Her eyes remain shut, no twitch in her eyelids, no murmur from her mouth, whisper from her lips. Her hand stays still, the bruise shadowy and purple.

‘Where you been?’ Dad shouts from the living room when I get in.

‘What are you doing home?’

‘I live here, don’t I? I got us a Chinese,’ he says, getting up from the sofa. ‘It’s in the oven keeping warm.’

‘You should have just had yours,’ I reply.

‘Can’t I spend time with my own bloody daughter?’

‘Yeah, sorry, I didn’t mean it like that.’

I sit down, check off dates in my head.

Have I forgotten something?

Mum’s birthday?

Gran’s birthday?

My birthday?

It’s not his wedding anniversary either, although he wouldn’t be here for that anyway. He usually spends that day in the pub getting completely wrecked. As he does on the anniversary of Gran’s death.

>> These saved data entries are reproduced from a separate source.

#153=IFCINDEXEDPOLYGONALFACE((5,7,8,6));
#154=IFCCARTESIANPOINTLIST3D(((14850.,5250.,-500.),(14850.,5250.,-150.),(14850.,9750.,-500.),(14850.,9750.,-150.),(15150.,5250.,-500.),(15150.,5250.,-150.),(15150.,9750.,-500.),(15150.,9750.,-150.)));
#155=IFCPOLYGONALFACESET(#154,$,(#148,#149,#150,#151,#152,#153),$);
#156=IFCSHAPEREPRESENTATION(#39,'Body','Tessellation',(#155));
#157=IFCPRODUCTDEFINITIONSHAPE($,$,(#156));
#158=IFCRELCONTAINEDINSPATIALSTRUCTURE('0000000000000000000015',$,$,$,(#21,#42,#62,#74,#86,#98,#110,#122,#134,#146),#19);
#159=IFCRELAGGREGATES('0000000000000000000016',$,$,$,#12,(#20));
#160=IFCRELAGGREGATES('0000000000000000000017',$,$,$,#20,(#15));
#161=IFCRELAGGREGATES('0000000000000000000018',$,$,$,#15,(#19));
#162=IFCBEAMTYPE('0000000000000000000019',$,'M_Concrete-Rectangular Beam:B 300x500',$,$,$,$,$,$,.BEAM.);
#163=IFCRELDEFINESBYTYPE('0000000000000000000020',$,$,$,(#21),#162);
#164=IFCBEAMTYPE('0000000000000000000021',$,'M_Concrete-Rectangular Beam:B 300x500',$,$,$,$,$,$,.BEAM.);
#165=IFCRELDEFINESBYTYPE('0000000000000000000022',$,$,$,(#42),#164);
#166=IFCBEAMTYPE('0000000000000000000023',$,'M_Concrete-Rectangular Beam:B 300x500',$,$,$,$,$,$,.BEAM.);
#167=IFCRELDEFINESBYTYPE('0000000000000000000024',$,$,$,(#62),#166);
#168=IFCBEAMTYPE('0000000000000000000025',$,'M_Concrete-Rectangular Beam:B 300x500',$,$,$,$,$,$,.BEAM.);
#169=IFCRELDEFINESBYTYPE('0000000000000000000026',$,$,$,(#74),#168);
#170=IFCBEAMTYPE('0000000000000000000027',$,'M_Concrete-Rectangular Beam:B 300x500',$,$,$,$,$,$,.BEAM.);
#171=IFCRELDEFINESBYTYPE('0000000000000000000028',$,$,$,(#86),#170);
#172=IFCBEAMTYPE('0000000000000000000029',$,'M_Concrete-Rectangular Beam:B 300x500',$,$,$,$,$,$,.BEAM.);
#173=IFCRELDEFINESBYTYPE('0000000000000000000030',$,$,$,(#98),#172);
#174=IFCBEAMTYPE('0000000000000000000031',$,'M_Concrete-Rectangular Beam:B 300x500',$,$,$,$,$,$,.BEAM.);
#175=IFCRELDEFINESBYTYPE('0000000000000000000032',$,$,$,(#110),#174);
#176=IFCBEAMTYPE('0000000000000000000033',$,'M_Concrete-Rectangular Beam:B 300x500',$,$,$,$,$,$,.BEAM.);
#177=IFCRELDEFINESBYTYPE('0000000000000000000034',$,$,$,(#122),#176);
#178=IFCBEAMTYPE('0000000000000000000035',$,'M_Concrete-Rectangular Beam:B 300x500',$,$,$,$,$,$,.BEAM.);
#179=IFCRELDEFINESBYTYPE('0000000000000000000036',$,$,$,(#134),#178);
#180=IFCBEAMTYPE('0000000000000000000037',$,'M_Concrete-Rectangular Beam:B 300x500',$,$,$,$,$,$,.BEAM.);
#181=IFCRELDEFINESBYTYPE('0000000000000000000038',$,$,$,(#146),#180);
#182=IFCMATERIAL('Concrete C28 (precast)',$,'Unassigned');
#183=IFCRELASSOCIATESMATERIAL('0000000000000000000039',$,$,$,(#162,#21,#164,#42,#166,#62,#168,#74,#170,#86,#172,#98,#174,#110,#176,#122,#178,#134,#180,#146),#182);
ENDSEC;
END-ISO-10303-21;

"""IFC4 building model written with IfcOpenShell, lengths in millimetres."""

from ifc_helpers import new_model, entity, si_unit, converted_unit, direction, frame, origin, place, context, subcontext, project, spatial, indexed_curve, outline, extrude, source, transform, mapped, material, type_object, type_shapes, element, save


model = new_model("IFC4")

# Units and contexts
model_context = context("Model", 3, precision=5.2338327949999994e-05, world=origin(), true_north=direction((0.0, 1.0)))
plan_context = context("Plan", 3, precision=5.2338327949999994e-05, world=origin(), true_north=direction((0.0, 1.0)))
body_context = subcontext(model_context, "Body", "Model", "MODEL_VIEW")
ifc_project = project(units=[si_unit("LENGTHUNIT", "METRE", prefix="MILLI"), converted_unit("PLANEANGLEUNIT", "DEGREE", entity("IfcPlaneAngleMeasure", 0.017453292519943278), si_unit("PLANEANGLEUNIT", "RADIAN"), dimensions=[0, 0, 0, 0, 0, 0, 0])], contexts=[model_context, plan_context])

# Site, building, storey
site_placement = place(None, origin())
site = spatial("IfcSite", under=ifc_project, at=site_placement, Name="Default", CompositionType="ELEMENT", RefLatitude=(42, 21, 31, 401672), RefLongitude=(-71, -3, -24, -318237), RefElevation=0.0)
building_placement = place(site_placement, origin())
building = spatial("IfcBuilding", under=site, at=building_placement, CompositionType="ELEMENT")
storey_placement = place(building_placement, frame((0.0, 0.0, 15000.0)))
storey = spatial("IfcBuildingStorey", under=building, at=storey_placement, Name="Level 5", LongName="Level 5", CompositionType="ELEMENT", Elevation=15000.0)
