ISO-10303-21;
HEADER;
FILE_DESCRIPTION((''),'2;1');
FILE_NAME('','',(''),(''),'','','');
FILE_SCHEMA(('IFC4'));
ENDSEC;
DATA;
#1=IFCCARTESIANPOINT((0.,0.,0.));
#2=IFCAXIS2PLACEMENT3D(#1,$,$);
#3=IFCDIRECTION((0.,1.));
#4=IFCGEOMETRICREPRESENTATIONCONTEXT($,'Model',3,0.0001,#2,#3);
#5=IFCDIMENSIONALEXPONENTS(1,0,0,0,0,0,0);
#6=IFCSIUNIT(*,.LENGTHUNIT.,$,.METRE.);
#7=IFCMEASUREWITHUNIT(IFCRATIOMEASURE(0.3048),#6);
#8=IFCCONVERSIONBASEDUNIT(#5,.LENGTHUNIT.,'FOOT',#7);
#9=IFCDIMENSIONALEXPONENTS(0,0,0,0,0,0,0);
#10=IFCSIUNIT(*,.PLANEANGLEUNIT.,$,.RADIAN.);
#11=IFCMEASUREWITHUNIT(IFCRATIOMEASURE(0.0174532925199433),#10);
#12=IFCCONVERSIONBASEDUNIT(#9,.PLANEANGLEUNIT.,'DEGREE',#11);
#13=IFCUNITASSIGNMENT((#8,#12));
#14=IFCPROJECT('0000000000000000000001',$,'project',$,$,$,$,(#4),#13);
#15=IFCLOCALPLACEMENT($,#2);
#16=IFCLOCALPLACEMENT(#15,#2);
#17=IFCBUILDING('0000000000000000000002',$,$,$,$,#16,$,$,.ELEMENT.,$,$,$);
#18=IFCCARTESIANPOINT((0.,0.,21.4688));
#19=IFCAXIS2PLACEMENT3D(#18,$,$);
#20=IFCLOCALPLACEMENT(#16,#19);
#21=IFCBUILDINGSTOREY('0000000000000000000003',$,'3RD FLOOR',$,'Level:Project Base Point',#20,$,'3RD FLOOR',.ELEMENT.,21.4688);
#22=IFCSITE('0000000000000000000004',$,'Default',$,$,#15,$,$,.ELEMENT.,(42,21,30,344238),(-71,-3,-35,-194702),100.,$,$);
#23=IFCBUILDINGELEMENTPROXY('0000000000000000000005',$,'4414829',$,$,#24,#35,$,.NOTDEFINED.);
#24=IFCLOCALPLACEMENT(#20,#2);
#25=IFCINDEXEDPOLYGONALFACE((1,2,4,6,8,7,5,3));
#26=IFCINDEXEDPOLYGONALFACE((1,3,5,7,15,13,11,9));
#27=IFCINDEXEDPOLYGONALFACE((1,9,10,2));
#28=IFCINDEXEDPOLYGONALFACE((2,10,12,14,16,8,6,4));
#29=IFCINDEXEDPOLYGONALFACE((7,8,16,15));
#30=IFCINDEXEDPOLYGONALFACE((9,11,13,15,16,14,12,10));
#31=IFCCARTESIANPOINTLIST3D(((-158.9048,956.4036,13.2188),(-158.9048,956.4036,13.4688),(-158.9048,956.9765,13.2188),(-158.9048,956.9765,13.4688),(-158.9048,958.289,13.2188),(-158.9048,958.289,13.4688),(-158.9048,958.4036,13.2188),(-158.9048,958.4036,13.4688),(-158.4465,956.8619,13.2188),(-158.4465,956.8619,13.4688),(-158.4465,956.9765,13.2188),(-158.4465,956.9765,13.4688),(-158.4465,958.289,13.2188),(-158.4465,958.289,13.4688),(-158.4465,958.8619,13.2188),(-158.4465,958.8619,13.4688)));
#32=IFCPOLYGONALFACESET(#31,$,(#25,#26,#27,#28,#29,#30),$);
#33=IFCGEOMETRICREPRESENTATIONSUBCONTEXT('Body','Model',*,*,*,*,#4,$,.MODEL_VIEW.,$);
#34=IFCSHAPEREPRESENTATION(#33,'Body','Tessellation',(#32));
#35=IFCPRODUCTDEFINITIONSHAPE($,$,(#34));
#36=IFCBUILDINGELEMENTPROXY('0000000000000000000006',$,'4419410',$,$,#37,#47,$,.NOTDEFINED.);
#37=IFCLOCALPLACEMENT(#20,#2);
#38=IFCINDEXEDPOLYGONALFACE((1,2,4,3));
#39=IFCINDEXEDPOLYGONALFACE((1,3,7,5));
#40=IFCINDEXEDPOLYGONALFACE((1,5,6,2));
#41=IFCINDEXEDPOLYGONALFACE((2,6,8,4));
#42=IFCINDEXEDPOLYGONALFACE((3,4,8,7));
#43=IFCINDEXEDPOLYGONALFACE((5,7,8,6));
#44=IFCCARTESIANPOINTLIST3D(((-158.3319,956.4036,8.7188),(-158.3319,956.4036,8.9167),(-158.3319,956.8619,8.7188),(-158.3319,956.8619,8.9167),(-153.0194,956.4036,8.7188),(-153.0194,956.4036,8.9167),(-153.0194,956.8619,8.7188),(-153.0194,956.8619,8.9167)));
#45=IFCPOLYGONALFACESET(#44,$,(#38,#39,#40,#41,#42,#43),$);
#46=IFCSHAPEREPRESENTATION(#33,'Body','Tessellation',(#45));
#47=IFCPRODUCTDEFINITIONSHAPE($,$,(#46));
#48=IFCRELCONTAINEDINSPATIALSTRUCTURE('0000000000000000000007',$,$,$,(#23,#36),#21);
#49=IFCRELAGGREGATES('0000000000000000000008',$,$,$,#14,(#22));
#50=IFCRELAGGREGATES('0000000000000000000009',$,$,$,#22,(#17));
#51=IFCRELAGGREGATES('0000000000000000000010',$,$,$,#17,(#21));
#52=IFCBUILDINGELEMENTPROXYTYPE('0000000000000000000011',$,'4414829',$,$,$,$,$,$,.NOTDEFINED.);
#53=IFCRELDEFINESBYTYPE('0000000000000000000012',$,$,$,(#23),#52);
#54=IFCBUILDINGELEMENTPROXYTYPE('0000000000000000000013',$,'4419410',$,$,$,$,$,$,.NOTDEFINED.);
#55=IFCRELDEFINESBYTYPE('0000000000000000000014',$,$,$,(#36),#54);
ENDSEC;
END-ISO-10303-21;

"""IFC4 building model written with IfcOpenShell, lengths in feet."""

from ifc_helpers import new_model, entity, si_unit, converted_unit, direction, frame, origin, origin_2d_with_axis, place, context, subcontext, project, spatial, polyline, rectangle, outline, extrude, type_object, element, save


model = new_model("IFC4")

# Units and contexts
model_context = context("Model", 3, precision=0.0001, world=origin(), true_north=direction((0.0, 1.0)))
body_context = subcontext(model_context, "Body", "Model", "MODEL_VIEW")
ifc_project = project(units=[converted_unit("LENGTHUNIT", "FOOT", entity("IfcRatioMeasure", 0.3048), si_unit("LENGTHUNIT", "METRE"), dimensions=[1, 0, 0, 0, 0, 0, 0]), converted_unit("PLANEANGLEUNIT", "DEGREE", entity("IfcRatioMeasure", 0.0174532925199433), si_unit("PLANEANGLEUNIT", "RADIAN"), dimensions=[0, 0, 0, 0, 0, 0, 0])], contexts=[model_context])

# Site, building, storey
site_placement = place(None, origin())
site = spatial("IfcSite", under=ifc_project, at=site_placement, Name="Default", CompositionType="ELEMENT", RefLatitude=(42, 21, 30, 344238), RefLongitude=(-71, -3, -35, -194702), RefElevation=100.0)
building_placement = place(site_placement, origin())
building = spatial("IfcBuilding", under=site, at=building_placement, CompositionType="ELEMENT")
storey_placement = place(building_placement, frame((0.0, 0.0, 21.4688)))
storey = spatial("IfcBuildingStorey", under=building, at=storey_placement, Name="3RD FLOOR", ObjectType="Level:Project Base Point", LongName="3RD FLOOR", CompositionType="ELEMENT", Elevation=21.4688)

# Building element proxies
building_element_proxy_type_1 = type_object("IfcBuildingElementProxyType", Name="4414829", PredefinedType="NOTDEFINED")
proxy_1_placement = place(storey_placement, frame((-158.9048, 956.4036, 13.2188)))
element("IfcBuildingElementProxy", 1, at=proxy_1_placement, inside=storey, type_object=building_element_proxy_type_1, Name="4414829", PredefinedType="NOTDEFINED", context=body_context, shape_type="SweptSolid", body=[
    extrude(outline(polyline([(-0.7708, -0.2292), (-0.6563, -0.2292), (0.6563, -0.2292), (1.2292, -0.2292), (0.7708, 0.2292), (0.6563, 0.2292), (-0.6563, 0.2292), (-1.2292, 0.2292), (-0.7708, -0.2292)])), frame((0.2292, 1.2292, 0.0), z_axis=(0.0, 0.0, 1.0), x_axis=(0.0, 1.0, 0.0)), (0.0, 0.0, 1.0), 0.25),
])
building_element_proxy_type_2 = type_object("IfcBuildingElementProxyType", Name="4419410", PredefinedType="NOTDEFINED")
proxy_2_placement = place(storey_placement, frame((-158.3319, 956.4036, 8.7188)))
element("IfcBuildingElementProxy", 2, at=proxy_2_placement, inside=storey, type_object=building_element_proxy_type_2, Name="4419410", PredefinedType="NOTDEFINED", context=body_context, shape_type="SweptSolid", body=[
    extrude(rectangle(XDim=5.3125, YDim=0.4583, at=origin_2d_with_axis()), frame((2.6562, 0.2292, 0.0), z_axis=(0.0, 0.0, 1.0), x_axis=(-1.0, 0.0, 0.0)), (0.0, 0.0, 1.0), 0.1979),
])

save(model, "model.ifc")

(and most Saturday nights)

As yet I’m the only girl in Dad’s life not to leave him, so there’s no fixed date for that.

‘I got you a chow mein, that okay?’ He says, bringing the plates through. ‘It’s pork.’

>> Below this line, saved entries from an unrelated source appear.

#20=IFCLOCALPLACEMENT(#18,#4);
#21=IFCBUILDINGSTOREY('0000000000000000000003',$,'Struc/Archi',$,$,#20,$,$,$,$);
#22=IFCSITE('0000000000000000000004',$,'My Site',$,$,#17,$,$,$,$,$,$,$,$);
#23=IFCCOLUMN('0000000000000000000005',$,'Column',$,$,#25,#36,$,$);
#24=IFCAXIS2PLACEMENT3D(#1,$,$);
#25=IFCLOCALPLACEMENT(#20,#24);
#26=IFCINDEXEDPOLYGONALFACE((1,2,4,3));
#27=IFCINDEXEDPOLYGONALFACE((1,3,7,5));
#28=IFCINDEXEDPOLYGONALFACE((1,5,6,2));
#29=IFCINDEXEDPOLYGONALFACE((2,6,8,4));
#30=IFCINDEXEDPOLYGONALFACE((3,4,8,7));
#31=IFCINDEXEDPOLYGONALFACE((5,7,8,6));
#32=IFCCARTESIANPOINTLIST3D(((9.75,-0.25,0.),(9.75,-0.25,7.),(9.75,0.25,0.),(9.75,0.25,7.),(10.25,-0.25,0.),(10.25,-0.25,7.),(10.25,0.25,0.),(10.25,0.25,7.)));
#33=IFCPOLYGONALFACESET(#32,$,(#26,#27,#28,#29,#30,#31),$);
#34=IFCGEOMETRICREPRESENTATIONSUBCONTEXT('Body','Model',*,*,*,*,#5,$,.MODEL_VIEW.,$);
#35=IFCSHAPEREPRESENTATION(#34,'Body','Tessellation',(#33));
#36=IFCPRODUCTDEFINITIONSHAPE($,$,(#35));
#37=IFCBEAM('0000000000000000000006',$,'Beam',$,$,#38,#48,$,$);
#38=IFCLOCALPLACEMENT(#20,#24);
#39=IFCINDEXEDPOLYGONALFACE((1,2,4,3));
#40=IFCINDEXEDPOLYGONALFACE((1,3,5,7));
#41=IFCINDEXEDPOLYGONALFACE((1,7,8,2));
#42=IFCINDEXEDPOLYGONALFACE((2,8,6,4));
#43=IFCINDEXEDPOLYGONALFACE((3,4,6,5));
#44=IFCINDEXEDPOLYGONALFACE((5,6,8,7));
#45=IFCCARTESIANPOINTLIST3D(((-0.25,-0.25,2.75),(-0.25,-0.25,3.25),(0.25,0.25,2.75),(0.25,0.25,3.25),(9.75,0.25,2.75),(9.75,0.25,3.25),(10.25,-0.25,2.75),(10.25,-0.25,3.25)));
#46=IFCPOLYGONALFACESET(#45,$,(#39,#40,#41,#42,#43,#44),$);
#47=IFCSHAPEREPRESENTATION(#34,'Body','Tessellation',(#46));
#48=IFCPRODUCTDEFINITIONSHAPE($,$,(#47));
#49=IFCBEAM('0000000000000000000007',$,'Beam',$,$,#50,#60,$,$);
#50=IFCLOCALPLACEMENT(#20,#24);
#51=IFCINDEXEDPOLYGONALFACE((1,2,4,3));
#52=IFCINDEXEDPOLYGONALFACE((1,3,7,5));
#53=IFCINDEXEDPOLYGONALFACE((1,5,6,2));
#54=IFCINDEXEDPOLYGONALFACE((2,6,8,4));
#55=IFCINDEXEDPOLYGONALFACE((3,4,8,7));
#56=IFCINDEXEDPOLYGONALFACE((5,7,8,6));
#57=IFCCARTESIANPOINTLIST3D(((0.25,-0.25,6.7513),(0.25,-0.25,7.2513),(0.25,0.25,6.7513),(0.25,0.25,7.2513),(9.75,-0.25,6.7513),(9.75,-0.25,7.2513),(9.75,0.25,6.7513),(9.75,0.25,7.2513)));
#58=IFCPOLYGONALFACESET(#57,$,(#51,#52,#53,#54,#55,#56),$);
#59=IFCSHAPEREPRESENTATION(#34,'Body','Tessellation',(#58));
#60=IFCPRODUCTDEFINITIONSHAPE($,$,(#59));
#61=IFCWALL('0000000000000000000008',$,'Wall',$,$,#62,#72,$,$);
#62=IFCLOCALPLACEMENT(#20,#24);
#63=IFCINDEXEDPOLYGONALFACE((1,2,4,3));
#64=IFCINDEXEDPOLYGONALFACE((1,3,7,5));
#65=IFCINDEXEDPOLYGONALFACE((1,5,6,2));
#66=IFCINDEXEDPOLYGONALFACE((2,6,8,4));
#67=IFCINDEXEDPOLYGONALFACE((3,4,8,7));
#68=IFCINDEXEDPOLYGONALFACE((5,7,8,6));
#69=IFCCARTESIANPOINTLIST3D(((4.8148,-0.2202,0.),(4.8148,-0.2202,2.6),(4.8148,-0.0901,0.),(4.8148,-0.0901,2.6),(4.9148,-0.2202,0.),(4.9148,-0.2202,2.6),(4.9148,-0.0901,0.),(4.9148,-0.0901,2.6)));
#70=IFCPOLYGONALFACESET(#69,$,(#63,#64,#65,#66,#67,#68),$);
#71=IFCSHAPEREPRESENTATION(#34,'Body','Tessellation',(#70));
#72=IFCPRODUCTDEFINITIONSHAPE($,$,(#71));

‘Yeah, great,’ I reply. ‘That smells good. I’m starving.’

I take the plate off him, tip out the contents of the foil container, a sticky syrup of noodles and pork.

‘Prawn crackers too,’ he says, dumping them on the coffee table, greasy translucent stains on the brown, paper bag. He disappears again, comes back with two lager stubbies.

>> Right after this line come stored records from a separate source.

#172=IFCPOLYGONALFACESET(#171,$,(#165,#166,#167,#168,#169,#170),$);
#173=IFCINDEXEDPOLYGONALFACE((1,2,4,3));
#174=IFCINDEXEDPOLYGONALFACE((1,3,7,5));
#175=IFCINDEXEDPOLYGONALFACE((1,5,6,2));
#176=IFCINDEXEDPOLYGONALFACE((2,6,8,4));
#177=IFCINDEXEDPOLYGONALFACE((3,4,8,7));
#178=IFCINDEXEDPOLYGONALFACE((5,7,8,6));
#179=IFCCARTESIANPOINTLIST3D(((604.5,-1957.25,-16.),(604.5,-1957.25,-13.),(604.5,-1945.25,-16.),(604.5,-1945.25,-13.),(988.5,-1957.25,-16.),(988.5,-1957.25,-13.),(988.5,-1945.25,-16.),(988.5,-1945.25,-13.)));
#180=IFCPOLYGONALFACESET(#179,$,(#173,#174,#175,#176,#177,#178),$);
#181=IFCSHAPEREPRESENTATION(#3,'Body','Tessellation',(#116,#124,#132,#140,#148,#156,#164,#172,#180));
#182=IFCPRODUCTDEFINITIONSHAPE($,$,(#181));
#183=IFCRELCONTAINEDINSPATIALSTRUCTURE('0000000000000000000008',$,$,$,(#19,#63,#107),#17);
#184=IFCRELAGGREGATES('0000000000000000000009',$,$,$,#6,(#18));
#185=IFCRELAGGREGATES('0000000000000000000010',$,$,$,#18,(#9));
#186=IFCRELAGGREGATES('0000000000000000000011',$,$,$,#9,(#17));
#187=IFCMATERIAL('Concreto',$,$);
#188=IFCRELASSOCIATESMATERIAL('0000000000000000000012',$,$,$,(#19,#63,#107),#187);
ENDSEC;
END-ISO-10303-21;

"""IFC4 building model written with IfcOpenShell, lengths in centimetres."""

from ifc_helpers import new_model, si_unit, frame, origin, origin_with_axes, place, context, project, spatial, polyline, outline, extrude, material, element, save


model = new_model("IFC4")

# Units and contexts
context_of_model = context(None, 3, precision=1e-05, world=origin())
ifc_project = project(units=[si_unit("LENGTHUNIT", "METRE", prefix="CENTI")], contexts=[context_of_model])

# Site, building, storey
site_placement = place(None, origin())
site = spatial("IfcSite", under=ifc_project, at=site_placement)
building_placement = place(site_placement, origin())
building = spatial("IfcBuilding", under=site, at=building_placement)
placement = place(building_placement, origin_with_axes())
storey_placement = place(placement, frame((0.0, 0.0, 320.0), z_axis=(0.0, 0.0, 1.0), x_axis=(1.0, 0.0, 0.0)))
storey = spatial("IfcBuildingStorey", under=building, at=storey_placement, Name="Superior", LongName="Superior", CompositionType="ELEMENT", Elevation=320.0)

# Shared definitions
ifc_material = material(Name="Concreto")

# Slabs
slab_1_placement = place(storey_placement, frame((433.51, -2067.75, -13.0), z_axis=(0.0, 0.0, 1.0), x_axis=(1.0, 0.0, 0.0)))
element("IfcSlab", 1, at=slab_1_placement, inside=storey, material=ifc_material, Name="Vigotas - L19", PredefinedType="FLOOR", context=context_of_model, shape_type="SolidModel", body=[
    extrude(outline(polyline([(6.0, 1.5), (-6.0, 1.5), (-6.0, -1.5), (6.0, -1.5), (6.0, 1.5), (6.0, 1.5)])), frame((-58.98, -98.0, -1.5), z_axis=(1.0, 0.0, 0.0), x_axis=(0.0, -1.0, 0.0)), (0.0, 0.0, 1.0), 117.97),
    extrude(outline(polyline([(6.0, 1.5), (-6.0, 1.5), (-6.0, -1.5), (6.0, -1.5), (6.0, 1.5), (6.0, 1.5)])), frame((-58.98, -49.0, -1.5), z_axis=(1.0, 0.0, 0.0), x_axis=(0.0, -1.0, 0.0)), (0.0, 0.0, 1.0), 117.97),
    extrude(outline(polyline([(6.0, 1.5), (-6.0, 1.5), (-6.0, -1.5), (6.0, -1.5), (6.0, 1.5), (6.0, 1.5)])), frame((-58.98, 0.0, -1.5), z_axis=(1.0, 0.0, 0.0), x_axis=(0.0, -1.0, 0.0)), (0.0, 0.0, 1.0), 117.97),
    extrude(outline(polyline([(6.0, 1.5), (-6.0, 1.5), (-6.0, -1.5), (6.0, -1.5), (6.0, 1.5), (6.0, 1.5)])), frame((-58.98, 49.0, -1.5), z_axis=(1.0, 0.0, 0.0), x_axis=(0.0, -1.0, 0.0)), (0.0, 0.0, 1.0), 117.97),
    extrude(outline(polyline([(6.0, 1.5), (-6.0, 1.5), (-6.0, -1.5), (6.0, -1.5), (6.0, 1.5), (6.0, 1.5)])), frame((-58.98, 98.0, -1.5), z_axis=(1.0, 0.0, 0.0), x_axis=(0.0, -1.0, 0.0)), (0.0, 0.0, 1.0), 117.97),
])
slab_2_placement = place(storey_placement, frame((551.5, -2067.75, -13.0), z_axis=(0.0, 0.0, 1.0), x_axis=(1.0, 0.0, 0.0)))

‘You want?’ he asks, holding one up.

‘Yeah, why not,’ I reply.

(make up for my teenage years)

I could do with a drink tonight, after seeing that old woman. I’m not really that keen on lager, never acquired a taste for it, but I can force it down.

Make Dad happy.

Watching you on the
TV
tonight, I was so proud of you

Dad prises the stubbies open, sets one down in front of me. I help myself to a prawn cracker, feel it stick and prickle on the end of my tongue.

‘What’s the occasion?’

‘Bloody hell, does a man need a reason to buy dinner for his only daughter?’

‘No. Course not.’

‘I just thought we deserved it, overtime burning a hole in my pocket. Besides…’

I stop eating.

‘Besides, what?’

‘Ach, well, I saw the results of the Europeans, thought you might need a wee pick-me-up?’

‘How did he get on?’

‘Gold, another
PB
.’

I imagine the photo in tomorrow’s paper. Jason. Up on the medal rostrum, or in the pool at the end of the race, fist pumping the air.

I twirl my fork round the noodles. Spear a bit of pork, a water chestnut, shove it all in my mouth. Crunch down on it, swallow the tears.